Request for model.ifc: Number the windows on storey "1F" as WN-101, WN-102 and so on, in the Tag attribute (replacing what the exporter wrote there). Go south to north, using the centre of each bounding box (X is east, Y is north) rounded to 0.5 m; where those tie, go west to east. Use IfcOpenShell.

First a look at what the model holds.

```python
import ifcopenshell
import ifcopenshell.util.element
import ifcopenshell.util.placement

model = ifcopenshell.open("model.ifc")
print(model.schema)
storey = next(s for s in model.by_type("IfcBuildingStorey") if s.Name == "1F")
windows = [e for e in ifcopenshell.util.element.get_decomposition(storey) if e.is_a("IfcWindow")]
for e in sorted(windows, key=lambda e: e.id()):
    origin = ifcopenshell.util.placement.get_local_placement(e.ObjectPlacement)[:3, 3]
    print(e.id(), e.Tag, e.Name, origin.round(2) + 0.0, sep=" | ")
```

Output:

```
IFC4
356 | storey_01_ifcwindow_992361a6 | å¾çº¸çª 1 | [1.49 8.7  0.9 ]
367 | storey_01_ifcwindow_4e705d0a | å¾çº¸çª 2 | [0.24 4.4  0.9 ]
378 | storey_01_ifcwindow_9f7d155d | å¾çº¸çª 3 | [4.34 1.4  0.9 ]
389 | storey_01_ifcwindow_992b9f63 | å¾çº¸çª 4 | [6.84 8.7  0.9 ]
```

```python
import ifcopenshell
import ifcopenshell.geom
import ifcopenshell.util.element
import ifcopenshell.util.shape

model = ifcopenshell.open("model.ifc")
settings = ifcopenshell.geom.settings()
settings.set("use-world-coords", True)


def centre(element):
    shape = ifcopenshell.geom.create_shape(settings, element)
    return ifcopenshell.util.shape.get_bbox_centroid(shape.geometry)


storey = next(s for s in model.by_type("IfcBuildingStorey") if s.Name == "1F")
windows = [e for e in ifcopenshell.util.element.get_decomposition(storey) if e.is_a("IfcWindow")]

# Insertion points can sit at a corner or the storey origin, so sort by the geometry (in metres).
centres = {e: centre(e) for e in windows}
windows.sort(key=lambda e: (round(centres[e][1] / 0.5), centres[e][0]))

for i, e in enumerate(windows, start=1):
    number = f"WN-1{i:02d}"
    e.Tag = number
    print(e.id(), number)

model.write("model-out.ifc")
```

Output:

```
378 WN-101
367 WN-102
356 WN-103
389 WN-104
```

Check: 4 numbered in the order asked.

^^^^^^^^^^^^^^^^

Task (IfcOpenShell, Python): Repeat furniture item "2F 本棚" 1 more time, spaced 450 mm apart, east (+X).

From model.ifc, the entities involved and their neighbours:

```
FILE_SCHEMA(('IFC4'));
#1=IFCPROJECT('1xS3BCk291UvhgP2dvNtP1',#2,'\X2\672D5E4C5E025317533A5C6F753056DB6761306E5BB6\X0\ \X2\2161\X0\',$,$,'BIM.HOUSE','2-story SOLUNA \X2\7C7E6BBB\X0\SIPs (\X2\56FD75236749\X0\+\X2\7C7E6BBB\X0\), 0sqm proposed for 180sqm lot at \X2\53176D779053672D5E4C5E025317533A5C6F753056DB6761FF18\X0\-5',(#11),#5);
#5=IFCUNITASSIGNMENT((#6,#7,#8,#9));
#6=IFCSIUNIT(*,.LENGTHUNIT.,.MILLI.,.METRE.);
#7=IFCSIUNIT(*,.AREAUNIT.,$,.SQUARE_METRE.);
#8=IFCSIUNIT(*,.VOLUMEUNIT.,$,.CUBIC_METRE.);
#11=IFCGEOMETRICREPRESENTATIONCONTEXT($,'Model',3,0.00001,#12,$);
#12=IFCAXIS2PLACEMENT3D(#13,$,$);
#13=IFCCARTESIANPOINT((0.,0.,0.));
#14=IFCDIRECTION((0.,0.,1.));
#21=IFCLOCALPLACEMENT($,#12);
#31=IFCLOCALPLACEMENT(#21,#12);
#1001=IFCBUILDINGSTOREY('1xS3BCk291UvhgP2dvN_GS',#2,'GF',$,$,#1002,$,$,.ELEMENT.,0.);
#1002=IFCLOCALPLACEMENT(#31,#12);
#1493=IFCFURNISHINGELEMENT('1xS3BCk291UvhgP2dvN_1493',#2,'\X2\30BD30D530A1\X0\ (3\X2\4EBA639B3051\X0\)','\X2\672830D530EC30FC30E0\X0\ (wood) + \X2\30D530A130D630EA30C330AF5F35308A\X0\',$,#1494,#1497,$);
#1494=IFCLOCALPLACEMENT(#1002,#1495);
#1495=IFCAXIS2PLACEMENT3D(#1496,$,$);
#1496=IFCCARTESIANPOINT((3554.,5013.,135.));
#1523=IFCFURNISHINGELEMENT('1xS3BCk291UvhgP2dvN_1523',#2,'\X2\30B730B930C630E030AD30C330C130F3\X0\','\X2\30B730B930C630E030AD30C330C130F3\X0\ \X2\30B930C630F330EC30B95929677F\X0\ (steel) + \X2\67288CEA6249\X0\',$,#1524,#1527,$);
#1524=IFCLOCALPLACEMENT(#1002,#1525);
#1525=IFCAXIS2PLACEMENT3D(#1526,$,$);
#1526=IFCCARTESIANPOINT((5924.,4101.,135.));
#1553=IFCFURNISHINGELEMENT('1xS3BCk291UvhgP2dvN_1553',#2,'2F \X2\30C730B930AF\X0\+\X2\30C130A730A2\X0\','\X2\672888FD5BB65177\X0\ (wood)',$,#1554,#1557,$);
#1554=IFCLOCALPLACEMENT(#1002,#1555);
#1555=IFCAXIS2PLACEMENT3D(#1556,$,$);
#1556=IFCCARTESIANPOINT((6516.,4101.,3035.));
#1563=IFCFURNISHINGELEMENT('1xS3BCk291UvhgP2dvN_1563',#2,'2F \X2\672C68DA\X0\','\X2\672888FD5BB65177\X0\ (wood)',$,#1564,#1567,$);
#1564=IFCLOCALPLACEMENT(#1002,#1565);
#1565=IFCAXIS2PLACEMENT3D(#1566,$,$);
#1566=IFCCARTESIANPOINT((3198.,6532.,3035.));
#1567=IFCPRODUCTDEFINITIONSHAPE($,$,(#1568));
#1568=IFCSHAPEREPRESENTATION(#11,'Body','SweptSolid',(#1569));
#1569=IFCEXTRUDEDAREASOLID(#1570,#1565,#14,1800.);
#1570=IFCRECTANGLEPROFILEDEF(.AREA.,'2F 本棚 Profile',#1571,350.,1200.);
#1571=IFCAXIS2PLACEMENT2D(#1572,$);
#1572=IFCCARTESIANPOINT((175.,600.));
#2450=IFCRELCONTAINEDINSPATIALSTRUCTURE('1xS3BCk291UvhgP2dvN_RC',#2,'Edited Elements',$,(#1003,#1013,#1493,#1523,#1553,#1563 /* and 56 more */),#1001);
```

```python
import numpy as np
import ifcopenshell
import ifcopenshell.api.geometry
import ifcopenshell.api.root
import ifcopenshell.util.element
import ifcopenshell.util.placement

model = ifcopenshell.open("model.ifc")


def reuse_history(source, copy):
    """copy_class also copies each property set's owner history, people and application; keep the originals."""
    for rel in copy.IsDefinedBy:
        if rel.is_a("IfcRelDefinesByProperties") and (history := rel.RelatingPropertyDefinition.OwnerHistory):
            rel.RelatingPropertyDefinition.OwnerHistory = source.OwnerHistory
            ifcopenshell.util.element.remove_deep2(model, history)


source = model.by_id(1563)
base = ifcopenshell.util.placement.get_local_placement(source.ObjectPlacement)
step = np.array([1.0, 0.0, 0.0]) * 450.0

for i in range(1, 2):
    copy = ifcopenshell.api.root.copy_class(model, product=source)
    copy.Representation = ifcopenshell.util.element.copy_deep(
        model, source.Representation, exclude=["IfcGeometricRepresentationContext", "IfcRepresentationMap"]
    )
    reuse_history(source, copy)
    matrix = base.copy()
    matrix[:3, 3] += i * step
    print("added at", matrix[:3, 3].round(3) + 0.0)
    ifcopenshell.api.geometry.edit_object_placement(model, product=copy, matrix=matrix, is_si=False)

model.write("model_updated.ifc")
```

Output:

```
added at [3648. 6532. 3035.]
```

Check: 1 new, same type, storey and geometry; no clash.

^^^^^^^^^^^^^^^^

● **Your assignment**: Look through the listing and extract every line with "more" in it.

● **Answer below**:
Task (IfcOpenShell, Python): Repeat furniture item "2F 本棚" 1 more time, spaced 450 mm apart, east (+X).
#2450=IFCRELCONTAINEDINSPATIALSTRUCTURE('1xS3BCk291UvhgP2dvN_RC',#2,'Edited Elements',$,(#1003,#1013,#1493,#1523,#1553,#1563 /* and 56 more */),#1001);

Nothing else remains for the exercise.